# TV/Youtube



## Kasey71209 (Oct 6, 2009)

Curious if any other V's are as youtube crazed as mine is! He loves to sit there and watch videos of all kinds of stuff! birds pushing cans across tables, videos of other vizslas, cats.. loovess kitties haha.., cartoons, etc. You name it he loves to watch and talk to the screen..even poke it. Cracks me up! ;D


----------



## CrazyCash (Jul 12, 2012)

My boy Cash loves to watch TV (Penny will join him, but he always starts it). He'll watch anything that has an animal in it - commercials, TV shows, movies. He'll also watch other shows if something catches his attention, a strange sound or movement.

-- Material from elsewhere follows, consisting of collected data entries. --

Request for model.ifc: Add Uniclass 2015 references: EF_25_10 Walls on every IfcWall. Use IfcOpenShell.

First a look at what the model holds.

```python
import ifcopenshell

model = ifcopenshell.open("model.ifc")
print(model.schema)
print("classifications:", [c.Name for c in model.by_type("IfcClassification")])
for ifc_class in ("IfcDoor", "IfcRoof", "IfcStair", "IfcWall", "IfcWindow"):
    print(ifc_class, len(model.by_type(ifc_class)))
```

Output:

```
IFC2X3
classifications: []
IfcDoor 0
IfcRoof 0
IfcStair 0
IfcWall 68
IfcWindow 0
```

```python
import ifcopenshell
import ifcopenshell.api.classification

model = ifcopenshell.open("model.ifc")

# IFC2X3 requires Source and Edition and has no link from the project to the system.
system = model.create_entity("IfcClassification", Source="NBS", Edition="2015", Name="Uniclass 2015")

codes = {
    "IfcWall": ("EF_25_10", "Walls"),
}
for ifc_class, (code, name) in codes.items():
    products = model.by_type(ifc_class)
    ifcopenshell.api.classification.add_reference(
        model, products=products, classification=system, identification=code, name=name
    )
    print(code, len(products))

model.write("model_rev.ifc")
```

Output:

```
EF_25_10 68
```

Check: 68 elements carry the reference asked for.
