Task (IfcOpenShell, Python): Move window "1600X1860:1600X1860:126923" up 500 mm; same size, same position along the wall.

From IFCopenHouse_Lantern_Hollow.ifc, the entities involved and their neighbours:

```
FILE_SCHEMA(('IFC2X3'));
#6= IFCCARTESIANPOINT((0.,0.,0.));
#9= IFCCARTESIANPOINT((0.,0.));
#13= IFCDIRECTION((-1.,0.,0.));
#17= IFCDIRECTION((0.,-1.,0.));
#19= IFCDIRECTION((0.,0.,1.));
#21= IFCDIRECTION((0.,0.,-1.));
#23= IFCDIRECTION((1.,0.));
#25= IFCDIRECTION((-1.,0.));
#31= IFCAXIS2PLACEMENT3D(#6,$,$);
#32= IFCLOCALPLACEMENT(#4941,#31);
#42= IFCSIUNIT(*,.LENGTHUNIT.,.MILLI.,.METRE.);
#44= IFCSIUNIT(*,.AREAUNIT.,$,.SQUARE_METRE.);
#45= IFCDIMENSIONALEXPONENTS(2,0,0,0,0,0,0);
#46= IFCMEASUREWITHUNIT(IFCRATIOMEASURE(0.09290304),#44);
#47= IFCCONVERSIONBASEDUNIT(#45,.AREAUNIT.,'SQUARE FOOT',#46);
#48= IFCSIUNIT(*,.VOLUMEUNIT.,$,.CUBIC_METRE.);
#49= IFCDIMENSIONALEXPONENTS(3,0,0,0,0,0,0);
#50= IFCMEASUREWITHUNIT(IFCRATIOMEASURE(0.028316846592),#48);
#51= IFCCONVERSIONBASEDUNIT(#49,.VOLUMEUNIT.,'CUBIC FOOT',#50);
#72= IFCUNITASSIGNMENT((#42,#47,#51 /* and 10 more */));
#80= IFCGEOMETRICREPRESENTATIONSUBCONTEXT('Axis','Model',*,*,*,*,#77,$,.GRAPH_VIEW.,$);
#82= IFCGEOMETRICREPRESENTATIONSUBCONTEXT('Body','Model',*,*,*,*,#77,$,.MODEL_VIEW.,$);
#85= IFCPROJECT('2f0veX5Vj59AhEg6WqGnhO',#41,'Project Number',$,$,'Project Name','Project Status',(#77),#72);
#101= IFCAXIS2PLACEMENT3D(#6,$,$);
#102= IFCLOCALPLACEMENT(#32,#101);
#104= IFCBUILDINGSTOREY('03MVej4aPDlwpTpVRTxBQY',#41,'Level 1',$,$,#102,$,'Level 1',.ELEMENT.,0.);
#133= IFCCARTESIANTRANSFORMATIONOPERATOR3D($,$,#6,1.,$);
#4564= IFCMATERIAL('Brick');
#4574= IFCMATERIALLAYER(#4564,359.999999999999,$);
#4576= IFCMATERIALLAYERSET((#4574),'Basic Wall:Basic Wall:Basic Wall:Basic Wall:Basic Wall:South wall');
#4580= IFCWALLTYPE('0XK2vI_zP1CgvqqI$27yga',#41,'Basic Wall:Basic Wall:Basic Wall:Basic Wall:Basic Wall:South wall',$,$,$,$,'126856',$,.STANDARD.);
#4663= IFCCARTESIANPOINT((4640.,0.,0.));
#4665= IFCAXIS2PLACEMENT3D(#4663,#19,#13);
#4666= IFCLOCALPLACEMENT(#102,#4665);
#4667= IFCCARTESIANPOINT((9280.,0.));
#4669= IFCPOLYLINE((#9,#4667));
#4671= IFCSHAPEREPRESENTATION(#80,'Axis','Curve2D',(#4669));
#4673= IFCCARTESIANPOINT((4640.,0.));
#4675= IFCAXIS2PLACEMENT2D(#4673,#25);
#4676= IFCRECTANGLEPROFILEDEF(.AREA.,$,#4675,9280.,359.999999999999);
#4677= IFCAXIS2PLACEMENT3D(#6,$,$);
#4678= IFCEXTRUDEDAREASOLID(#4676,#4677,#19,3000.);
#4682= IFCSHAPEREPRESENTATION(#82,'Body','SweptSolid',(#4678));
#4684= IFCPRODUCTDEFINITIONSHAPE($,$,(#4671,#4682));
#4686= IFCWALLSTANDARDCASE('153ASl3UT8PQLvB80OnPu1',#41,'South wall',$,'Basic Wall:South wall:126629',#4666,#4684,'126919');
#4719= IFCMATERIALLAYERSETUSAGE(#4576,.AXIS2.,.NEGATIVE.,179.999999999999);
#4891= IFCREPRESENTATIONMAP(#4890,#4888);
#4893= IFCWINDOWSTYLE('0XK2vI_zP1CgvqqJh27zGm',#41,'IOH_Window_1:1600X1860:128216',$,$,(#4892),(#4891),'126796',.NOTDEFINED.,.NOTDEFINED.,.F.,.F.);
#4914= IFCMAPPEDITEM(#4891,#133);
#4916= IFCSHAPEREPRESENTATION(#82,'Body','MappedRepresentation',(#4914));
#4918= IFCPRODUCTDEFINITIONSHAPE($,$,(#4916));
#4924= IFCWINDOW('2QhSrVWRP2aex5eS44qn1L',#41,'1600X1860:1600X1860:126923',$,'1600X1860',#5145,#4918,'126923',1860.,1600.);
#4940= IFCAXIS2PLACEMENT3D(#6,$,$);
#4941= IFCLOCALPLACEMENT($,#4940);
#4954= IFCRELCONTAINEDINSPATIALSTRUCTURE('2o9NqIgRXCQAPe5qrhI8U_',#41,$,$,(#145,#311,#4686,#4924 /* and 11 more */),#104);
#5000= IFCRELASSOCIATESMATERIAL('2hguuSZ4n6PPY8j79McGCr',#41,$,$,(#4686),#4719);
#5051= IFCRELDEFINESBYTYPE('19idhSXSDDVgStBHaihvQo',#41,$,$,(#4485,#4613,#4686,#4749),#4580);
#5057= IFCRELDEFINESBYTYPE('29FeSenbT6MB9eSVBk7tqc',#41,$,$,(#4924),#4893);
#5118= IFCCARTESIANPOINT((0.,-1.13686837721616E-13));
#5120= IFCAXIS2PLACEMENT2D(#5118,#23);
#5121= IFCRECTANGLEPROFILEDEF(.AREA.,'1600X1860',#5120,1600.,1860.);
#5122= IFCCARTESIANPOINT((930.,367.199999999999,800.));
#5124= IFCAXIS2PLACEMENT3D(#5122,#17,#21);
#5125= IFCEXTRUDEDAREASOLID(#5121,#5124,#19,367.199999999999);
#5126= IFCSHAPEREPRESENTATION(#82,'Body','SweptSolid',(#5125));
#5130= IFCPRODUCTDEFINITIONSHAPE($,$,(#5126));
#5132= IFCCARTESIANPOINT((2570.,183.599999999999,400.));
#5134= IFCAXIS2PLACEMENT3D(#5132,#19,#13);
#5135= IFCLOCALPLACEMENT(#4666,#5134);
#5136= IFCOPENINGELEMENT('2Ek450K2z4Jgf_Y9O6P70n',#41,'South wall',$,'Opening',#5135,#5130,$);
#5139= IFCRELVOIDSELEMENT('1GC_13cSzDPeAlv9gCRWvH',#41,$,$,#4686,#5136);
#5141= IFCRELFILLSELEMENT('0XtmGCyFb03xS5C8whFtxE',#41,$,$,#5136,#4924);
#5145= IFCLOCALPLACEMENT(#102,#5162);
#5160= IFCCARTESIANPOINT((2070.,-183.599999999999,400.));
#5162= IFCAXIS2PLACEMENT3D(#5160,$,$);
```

```python
import numpy as np
import ifcopenshell
import ifcopenshell.api.geometry
import ifcopenshell.util.placement
import ifcopenshell.util.unit

model = ifcopenshell.open("IFCopenHouse_Lantern_Hollow.ifc")
unit_scale = ifcopenshell.util.unit.calculate_unit_scale(model)

window = model.by_guid("2QhSrVWRP2aex5eS44qn1L")
opening = window.FillsVoids[0].RelatingOpeningElement
dz = 0.5 / unit_scale

shift = np.array([0.0, 0.0, dz])
# The window is not placed relative to its opening, so move both.
for product in (opening, window):
    matrix = ifcopenshell.util.placement.get_local_placement(product.ObjectPlacement)
    matrix[:3, 3] += shift
    ifcopenshell.api.geometry.edit_object_placement(model, product=product, matrix=matrix, is_si=False)

print(f"moved by {dz * unit_scale:+.3f} m")

model.write("IFCopenHouse_Lantern_Hollow_edited.ifc")
```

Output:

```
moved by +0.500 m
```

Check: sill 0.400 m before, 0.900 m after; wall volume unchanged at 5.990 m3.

He will also sit and watch an entire episode of the dog whisperer - it's hilarious to me that he will sit there through an entire episode, what other dog has that long of an attention span? It just adds to my theory that Vs are part human.


----------



## einspänner (Sep 8, 2012)

I've never had another dog watch tv, but Scout will. She's just so much more aware of her environment. If it has dogs or wolves she'll walk up the tv and start barking. Lately she's been watching the gundog training video Perfect Start with me. She loves seeing the quail fly.


----------



## texasred (Jan 29, 2012)

Mine love anything on TV that has birds, and also some other animals. Squirrels and rabbits get their attention.


----------



## dextersmom (Oct 29, 2013)

Dexter ignores the TV for the most part, unless there are dogs (but then he starts barking like a madman) or it's a Harry Potter movie! There's lots of unique background sounds that seem to keep his attention


----------